許大茂和秦淮茹頓時成了廠里的焦點,羞愧的無地自容。
走到哪里,都有人對他們指指點點。
傍晚,張明濤下班回到大院。
遠遠的,就看到傻柱在大門口張望。
當他看到張明濤後,立馬就掉頭走了。
張明濤注意到傻柱看自己的眼神不對,心里冷哼︰「這家伙回來了以後還不老實,一般人做完牢回來最起碼應該友善一點。
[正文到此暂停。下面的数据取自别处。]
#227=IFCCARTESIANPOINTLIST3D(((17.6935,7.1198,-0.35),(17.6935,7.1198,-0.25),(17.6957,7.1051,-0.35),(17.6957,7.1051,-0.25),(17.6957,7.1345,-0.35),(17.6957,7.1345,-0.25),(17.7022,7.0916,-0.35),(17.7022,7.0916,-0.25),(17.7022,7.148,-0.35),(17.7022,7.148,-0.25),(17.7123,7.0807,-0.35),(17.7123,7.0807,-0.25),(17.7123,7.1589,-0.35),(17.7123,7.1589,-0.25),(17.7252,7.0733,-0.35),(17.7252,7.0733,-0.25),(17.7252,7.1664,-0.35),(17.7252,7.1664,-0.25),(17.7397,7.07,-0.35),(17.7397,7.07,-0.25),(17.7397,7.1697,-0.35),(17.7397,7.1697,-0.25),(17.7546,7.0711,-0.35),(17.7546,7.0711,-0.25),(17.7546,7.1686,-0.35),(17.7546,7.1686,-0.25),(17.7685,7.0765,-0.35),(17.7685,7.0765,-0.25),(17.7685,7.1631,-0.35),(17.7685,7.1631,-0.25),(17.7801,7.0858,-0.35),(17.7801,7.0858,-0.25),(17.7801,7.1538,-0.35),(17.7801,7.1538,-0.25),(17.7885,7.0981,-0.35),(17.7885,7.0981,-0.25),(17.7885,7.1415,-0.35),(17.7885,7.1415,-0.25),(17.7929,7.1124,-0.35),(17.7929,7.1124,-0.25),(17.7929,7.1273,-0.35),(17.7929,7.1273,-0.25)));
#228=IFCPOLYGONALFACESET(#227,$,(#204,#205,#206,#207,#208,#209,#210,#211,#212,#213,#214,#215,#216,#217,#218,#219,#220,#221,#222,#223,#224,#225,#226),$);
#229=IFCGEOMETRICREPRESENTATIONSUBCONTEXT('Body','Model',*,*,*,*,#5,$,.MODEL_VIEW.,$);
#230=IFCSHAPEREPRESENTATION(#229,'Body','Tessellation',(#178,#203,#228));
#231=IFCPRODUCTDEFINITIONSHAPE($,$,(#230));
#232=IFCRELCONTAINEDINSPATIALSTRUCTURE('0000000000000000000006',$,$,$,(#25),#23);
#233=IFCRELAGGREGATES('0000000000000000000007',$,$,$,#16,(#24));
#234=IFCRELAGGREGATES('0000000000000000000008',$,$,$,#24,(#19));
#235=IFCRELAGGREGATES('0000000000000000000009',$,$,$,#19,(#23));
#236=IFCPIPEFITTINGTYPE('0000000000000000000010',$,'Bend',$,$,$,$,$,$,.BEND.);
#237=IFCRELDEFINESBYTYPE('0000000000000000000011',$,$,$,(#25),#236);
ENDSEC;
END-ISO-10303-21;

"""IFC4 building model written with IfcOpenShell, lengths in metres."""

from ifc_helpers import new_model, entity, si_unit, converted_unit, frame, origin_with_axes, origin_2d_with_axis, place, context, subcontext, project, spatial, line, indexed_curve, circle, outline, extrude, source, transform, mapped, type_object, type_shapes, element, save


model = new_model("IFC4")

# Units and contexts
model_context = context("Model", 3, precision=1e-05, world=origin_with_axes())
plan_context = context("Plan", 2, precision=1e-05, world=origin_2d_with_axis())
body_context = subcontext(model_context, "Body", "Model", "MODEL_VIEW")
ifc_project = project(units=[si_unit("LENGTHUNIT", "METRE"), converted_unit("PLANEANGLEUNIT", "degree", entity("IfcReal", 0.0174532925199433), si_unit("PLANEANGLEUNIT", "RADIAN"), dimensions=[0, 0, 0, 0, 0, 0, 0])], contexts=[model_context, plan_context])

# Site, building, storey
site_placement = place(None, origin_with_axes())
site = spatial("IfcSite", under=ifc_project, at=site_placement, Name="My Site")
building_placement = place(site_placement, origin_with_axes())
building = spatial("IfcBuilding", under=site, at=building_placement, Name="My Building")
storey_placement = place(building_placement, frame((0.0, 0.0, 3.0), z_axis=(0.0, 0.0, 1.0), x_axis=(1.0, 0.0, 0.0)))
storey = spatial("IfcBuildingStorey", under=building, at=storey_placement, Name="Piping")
但傻柱這家伙竟然還是那個熊樣。」
過了一會,張明濤看到傻柱來到賈張氏這里,于是笑著問道︰「傻柱,是來找我嬸嬸的嗎?」
傻柱冷哼︰「滾遠點,我看到你就煩,院子里就屬你最不是好東西!」
張明濤原本只是想逗逗傻柱,現在更是來了興致。
張明濤神秘一笑︰「傻柱啊,你就別找了。你還不知道吧?我嬸嬸今天在廠里,跟許大茂已經公開在一起了。」
「廠里都進行通報了,他們倆在小倉庫里面亂搞男女關系,被保衛科當場抓到了。」
傻柱頓時震驚的整個人都跳了起來︰「不可能,你胡說,秦姐不是這樣的人!」
張明濤聳聳肩︰「不信你可以問問院子里人啊,都是一個廠里的,大家都知道。」
傻柱這下徹底懵逼了!
在傻柱心里,秦淮茹就是他的女神。
他付出了這麼久都沒弄到秦淮茹,竟然給許大茂弄去了。